►

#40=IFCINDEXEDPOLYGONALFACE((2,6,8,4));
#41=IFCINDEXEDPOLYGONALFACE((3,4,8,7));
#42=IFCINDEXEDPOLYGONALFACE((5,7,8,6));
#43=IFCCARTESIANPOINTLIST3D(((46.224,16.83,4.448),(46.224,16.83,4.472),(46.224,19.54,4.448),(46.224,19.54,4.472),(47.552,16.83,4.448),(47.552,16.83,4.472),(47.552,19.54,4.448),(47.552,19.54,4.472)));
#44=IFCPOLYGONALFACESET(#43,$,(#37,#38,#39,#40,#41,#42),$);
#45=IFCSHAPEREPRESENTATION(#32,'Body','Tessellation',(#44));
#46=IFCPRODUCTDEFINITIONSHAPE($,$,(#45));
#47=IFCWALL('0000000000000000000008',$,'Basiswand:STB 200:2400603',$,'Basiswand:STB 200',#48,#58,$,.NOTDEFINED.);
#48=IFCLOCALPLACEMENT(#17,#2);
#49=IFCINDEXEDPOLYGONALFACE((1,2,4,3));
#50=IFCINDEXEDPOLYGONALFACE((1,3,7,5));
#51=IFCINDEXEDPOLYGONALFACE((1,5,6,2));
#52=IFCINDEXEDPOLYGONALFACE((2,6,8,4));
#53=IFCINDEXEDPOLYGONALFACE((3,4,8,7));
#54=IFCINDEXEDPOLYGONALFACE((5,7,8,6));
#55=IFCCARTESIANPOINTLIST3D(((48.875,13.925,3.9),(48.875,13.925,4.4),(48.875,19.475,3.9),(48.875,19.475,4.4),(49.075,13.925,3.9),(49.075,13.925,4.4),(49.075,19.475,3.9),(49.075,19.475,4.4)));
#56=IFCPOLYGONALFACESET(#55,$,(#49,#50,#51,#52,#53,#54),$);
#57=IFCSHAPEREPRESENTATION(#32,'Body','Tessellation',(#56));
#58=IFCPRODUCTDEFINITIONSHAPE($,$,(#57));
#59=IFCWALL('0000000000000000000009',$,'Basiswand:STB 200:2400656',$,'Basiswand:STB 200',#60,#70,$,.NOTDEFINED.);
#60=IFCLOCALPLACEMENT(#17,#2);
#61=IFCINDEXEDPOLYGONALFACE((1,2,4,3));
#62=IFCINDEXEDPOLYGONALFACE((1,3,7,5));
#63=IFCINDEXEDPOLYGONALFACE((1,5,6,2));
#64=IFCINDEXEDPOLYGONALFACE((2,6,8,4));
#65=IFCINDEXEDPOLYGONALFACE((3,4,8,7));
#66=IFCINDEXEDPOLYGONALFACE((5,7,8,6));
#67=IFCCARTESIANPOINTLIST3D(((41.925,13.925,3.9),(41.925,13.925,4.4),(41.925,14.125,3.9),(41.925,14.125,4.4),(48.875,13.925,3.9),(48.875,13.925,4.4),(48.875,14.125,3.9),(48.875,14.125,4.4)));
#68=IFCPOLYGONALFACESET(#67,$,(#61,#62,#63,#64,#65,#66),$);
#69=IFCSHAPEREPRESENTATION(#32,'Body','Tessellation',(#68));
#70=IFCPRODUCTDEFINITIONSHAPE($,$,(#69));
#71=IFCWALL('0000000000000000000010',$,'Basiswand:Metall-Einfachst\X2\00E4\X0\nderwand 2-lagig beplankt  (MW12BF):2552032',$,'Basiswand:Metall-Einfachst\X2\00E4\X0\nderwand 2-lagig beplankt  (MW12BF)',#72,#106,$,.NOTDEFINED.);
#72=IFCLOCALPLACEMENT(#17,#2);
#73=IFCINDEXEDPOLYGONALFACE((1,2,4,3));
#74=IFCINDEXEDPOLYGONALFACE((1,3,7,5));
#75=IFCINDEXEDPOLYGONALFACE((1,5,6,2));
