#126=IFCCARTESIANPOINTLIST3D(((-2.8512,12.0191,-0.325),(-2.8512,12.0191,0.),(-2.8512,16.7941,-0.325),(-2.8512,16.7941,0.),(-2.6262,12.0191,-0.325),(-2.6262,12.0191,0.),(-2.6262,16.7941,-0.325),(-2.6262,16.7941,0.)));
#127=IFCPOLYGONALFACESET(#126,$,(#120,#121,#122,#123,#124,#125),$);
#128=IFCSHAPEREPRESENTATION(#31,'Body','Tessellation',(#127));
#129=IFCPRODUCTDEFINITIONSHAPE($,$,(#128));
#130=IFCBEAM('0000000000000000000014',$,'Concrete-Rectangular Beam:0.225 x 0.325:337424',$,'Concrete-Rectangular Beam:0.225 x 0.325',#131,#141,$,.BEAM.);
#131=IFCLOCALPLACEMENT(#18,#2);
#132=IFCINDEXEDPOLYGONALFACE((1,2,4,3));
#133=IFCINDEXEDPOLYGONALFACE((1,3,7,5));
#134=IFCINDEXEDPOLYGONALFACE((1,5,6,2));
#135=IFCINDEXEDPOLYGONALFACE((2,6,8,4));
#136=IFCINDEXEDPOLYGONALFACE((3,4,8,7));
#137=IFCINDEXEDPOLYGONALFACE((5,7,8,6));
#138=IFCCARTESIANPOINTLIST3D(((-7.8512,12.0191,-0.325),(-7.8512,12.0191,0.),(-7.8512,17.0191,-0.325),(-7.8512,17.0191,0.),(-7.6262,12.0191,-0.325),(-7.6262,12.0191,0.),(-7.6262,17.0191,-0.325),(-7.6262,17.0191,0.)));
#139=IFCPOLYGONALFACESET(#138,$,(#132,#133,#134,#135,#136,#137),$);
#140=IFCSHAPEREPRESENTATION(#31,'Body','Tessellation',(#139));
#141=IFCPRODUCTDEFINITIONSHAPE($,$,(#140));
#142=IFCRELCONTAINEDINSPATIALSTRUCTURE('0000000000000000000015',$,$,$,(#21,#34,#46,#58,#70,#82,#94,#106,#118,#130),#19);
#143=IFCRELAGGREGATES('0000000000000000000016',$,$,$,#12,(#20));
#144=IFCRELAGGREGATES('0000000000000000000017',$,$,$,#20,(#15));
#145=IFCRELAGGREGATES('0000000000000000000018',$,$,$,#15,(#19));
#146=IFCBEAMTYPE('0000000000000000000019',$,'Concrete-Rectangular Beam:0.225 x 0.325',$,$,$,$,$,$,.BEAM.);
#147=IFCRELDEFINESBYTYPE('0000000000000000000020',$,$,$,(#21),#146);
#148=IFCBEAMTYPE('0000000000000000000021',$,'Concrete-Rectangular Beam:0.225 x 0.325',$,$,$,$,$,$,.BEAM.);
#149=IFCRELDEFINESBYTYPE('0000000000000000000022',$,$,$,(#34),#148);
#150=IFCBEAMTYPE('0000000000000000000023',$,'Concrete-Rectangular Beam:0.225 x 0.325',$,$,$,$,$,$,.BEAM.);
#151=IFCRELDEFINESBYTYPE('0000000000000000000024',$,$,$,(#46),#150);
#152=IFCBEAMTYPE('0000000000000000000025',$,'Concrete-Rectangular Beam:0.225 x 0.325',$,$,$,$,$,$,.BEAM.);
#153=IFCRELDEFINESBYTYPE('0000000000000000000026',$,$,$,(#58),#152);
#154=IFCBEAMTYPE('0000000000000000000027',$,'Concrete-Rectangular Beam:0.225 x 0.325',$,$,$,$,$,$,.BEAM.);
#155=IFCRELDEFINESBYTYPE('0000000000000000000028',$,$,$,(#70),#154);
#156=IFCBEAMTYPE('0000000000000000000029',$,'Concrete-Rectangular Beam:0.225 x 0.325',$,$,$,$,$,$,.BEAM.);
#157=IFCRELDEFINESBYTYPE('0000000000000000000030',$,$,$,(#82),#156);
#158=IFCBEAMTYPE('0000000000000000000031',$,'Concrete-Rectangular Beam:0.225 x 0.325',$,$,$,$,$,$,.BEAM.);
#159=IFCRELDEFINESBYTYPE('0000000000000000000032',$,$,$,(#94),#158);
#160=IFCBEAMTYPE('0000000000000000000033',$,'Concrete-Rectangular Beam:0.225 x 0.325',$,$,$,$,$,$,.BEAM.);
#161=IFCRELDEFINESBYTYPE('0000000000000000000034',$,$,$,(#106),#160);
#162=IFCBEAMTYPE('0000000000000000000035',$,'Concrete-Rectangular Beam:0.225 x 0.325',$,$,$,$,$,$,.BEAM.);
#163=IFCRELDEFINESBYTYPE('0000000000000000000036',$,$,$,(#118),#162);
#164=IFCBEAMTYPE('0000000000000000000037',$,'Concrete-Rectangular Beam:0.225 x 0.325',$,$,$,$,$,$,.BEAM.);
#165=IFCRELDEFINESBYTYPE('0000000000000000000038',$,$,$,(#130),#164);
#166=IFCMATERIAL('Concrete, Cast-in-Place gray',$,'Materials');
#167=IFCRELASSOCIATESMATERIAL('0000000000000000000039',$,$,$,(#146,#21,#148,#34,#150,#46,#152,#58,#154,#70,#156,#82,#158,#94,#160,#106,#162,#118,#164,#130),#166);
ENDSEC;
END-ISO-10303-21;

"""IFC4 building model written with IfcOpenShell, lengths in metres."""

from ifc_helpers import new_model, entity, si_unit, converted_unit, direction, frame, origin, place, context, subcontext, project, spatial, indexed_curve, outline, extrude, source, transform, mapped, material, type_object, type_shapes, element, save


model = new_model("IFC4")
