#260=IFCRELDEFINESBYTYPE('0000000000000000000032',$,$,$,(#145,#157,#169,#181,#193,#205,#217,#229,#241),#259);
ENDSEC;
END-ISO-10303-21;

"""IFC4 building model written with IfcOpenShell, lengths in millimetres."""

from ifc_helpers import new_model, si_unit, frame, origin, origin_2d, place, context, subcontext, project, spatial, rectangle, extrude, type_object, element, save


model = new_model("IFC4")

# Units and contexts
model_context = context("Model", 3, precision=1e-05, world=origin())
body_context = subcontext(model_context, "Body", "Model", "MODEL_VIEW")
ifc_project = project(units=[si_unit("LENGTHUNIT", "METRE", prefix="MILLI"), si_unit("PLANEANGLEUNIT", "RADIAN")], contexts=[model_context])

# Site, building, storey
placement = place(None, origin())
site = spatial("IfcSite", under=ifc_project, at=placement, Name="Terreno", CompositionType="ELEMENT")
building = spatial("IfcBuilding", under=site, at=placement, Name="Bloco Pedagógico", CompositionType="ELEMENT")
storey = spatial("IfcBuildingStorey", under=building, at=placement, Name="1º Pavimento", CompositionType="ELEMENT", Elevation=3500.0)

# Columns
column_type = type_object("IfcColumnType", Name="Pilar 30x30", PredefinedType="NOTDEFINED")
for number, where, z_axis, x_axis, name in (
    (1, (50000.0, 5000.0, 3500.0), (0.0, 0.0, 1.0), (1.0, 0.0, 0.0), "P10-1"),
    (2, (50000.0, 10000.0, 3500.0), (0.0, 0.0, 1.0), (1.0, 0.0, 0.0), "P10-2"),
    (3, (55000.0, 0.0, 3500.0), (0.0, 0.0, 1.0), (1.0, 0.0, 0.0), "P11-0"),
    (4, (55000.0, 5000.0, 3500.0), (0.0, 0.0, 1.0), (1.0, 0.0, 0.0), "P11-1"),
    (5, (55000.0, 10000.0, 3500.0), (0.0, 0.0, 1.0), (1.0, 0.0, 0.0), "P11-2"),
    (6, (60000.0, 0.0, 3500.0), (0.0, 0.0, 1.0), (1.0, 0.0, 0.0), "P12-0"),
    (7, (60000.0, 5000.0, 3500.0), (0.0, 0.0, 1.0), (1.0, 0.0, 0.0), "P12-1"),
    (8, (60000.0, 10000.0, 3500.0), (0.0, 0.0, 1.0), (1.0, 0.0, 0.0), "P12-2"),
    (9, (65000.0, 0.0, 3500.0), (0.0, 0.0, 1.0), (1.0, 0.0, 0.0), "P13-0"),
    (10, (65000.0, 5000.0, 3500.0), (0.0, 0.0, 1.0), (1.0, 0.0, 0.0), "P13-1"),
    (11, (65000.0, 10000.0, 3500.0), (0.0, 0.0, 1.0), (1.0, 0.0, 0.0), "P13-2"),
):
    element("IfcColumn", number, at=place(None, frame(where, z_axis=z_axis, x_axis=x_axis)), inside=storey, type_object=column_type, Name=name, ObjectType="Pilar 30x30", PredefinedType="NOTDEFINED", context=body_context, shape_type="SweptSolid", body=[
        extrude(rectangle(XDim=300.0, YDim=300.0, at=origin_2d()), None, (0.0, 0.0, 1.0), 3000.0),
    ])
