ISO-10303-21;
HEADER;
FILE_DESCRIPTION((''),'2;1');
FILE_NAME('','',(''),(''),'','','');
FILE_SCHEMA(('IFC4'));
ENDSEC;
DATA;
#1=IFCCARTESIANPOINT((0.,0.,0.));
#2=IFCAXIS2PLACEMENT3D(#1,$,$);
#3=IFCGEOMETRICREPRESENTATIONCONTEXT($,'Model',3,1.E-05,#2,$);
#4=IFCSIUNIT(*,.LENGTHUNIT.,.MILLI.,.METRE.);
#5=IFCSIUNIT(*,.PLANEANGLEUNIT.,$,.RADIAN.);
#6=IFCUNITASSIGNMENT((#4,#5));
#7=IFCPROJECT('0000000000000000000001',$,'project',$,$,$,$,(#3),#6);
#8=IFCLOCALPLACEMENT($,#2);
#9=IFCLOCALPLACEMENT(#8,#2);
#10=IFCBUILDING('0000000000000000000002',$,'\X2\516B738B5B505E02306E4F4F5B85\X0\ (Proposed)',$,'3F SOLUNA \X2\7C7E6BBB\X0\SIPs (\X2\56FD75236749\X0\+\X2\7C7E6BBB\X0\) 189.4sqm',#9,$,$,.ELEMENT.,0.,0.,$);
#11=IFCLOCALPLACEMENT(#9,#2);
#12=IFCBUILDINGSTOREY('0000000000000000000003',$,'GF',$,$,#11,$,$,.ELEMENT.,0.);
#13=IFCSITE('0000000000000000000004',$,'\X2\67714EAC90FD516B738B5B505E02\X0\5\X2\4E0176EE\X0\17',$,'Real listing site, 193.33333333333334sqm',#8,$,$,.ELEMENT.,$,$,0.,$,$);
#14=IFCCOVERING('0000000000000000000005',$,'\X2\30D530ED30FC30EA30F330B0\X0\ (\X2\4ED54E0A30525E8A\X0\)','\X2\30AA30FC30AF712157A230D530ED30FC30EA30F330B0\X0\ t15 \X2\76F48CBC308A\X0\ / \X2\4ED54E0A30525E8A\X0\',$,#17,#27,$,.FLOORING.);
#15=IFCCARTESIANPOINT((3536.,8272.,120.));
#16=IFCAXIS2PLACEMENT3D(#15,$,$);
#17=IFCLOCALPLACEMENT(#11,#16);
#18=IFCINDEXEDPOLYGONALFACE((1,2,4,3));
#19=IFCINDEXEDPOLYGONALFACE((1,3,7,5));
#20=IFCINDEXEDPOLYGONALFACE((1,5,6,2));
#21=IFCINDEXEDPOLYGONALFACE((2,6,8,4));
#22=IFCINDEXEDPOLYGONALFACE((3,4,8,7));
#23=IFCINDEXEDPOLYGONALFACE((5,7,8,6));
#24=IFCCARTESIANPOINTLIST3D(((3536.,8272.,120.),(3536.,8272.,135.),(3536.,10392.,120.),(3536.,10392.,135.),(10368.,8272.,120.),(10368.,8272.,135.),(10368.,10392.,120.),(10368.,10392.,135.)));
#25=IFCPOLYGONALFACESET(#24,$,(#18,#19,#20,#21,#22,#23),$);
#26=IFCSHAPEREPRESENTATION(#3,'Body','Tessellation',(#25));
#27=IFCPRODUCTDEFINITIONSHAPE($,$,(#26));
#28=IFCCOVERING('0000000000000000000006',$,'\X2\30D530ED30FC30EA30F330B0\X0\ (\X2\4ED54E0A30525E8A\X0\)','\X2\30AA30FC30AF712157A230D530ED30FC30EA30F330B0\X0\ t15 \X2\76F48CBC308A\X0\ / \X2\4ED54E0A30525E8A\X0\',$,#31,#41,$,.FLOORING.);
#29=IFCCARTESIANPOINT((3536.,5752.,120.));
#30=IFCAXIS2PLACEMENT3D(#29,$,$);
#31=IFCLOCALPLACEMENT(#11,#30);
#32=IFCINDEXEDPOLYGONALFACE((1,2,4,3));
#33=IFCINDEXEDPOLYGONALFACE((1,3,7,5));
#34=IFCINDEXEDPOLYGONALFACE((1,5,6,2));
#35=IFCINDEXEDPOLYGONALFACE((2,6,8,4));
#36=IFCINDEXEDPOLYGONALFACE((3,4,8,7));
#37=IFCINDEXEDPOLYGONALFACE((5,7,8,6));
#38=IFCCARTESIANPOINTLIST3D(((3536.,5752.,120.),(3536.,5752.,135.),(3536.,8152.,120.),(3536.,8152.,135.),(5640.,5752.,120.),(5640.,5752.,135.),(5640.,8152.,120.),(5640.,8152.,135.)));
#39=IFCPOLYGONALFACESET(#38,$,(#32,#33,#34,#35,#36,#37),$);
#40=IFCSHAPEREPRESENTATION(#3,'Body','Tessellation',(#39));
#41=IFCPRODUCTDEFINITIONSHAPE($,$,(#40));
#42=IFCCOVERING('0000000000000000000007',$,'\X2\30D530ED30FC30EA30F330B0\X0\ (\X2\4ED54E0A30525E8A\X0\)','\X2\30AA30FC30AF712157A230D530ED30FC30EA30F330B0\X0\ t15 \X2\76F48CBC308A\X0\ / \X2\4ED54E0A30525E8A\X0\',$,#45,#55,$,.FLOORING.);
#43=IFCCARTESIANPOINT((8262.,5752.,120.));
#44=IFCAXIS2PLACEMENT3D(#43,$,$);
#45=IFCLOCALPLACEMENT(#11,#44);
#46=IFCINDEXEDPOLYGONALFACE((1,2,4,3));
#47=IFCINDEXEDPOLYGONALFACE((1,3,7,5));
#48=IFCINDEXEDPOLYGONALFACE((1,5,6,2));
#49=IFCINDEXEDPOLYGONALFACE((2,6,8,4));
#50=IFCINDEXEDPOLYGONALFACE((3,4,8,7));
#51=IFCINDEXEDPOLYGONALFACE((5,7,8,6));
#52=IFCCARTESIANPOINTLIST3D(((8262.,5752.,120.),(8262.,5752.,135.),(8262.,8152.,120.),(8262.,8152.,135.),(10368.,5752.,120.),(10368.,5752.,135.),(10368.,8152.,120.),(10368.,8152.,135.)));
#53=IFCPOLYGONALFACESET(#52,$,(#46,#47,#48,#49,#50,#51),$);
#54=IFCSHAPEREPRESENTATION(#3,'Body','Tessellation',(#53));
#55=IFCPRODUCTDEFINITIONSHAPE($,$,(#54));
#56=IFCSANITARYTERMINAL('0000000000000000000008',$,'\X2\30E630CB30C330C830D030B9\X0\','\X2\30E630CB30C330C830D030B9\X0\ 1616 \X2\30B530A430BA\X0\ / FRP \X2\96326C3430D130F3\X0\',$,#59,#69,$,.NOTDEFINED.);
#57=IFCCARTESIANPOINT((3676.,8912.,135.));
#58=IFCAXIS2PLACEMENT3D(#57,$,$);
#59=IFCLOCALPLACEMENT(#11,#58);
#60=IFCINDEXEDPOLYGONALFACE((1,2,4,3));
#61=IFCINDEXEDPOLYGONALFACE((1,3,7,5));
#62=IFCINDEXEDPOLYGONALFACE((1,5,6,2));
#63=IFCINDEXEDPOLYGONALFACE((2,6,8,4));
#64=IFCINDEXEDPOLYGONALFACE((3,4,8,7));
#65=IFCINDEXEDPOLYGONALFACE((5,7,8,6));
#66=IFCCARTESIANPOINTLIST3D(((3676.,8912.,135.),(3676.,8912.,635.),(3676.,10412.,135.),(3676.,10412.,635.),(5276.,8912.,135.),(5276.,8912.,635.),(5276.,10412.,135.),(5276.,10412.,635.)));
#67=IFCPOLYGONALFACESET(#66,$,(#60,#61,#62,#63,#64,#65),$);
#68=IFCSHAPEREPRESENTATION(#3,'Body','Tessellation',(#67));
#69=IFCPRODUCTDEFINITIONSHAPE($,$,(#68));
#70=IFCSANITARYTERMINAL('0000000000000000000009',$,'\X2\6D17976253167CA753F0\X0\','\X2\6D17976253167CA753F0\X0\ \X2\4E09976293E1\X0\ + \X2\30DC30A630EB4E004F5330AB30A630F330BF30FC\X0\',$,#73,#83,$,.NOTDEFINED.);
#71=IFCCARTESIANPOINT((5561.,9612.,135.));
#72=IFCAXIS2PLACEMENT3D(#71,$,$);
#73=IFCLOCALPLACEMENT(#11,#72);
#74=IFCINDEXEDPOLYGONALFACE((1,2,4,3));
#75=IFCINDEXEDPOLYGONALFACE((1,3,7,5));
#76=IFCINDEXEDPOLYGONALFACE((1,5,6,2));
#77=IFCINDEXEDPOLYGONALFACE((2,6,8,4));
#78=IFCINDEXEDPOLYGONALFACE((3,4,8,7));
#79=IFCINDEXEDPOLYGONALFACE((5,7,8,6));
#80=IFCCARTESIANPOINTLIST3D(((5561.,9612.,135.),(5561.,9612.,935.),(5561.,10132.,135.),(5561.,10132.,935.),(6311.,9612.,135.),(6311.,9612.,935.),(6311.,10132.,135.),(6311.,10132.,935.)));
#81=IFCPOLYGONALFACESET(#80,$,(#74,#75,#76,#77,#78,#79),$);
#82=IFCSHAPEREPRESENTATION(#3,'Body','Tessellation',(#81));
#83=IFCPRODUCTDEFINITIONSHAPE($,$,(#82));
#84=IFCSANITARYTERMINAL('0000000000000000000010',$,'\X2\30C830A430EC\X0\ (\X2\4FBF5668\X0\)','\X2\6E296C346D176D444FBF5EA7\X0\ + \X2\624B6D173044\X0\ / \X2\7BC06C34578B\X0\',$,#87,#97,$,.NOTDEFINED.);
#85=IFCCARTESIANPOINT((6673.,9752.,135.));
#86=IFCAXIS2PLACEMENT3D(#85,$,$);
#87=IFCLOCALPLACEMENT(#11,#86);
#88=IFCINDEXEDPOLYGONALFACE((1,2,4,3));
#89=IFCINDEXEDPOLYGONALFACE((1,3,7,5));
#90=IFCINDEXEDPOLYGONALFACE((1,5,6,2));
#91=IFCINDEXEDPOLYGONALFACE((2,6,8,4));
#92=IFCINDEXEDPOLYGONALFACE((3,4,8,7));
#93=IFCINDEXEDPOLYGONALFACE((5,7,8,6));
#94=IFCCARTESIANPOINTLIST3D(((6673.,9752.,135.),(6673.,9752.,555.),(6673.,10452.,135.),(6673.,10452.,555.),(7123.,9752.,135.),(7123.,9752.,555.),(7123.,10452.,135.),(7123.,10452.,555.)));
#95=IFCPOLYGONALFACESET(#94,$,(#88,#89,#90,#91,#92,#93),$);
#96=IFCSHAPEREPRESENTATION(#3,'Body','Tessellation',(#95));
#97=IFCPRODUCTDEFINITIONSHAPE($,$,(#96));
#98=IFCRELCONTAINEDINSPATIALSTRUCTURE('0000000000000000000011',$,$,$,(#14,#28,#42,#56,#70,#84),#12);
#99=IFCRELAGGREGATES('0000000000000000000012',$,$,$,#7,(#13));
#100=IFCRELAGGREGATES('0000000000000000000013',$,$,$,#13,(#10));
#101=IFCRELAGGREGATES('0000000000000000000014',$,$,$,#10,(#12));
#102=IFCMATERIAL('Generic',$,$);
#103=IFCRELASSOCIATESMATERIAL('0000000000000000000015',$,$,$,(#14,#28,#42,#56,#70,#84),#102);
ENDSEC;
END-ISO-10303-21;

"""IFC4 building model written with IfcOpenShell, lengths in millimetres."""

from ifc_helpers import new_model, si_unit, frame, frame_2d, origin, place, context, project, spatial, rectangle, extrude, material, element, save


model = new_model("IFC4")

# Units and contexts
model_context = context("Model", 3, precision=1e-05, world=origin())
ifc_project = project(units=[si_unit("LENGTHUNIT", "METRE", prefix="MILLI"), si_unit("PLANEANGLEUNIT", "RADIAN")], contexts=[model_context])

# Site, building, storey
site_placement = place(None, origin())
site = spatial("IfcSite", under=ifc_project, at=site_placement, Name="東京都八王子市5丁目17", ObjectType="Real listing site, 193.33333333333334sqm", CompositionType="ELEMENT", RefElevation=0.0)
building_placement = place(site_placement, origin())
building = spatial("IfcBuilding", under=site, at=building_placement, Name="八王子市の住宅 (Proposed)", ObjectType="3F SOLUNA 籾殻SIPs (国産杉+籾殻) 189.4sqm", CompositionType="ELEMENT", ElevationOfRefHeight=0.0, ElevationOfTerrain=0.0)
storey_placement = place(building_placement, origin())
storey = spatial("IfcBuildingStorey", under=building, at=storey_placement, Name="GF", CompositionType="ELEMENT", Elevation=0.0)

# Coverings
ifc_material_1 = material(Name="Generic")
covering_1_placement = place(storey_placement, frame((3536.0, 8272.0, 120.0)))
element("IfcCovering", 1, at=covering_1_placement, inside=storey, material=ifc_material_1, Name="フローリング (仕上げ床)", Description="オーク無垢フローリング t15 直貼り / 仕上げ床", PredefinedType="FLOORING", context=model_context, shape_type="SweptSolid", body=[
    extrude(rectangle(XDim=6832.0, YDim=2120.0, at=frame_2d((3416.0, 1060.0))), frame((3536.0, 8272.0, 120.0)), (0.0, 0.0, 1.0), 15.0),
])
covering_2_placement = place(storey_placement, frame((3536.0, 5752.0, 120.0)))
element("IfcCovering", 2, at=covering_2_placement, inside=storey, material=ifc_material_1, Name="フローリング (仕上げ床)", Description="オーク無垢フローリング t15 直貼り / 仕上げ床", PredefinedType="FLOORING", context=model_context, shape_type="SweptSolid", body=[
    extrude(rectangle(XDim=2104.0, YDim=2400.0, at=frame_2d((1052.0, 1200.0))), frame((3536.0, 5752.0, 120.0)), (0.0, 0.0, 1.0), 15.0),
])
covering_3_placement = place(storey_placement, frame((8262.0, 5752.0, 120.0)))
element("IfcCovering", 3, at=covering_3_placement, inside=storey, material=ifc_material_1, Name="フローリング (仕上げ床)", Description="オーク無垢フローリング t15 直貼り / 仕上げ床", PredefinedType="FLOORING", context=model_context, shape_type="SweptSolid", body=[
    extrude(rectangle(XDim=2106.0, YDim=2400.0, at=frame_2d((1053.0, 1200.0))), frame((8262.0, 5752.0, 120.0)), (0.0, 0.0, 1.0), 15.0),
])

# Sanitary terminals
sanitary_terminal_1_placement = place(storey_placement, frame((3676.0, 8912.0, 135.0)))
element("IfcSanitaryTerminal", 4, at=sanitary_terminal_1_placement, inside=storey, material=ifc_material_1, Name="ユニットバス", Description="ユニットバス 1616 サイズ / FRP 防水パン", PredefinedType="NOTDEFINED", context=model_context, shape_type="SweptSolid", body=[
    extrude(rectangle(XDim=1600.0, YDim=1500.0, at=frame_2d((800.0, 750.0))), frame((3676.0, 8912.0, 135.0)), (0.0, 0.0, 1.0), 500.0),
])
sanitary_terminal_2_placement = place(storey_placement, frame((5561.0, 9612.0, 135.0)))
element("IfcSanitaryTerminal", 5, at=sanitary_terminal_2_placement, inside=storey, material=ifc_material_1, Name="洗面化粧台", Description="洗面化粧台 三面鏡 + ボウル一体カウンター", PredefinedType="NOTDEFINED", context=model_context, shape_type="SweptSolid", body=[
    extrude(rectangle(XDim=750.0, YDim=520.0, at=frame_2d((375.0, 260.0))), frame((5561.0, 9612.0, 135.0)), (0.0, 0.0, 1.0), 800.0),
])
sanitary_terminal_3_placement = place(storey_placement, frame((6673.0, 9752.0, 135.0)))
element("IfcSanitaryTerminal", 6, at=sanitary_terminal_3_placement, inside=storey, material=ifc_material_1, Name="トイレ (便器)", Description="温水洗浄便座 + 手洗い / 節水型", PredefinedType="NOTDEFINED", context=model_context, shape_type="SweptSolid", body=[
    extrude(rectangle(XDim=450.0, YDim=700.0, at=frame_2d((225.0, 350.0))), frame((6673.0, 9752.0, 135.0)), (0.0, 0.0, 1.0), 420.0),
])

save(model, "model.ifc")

◄

# REQUIRED WORK
Check each line of the records for the word "IFCPRODUCTDEFINITIONSHAPE" and extract those that contain it.

# EXERCISE ANSWER
#46=IFCPRODUCTDEFINITIONSHAPE($,$,(#45));
#58=IFCPRODUCTDEFINITIONSHAPE($,$,(#57));
#70=IFCPRODUCTDEFINITIONSHAPE($,$,(#69));
#129=IFCPRODUCTDEFINITIONSHAPE($,$,(#128));
#141=IFCPRODUCTDEFINITIONSHAPE($,$,(#140));
#27=IFCPRODUCTDEFINITIONSHAPE($,$,(#26));
#41=IFCPRODUCTDEFINITIONSHAPE($,$,(#40));
#55=IFCPRODUCTDEFINITIONSHAPE($,$,(#54));
#69=IFCPRODUCTDEFINITIONSHAPE($,$,(#68));
#83=IFCPRODUCTDEFINITIONSHAPE($,$,(#82));
#97=IFCPRODUCTDEFINITIONSHAPE($,$,(#96));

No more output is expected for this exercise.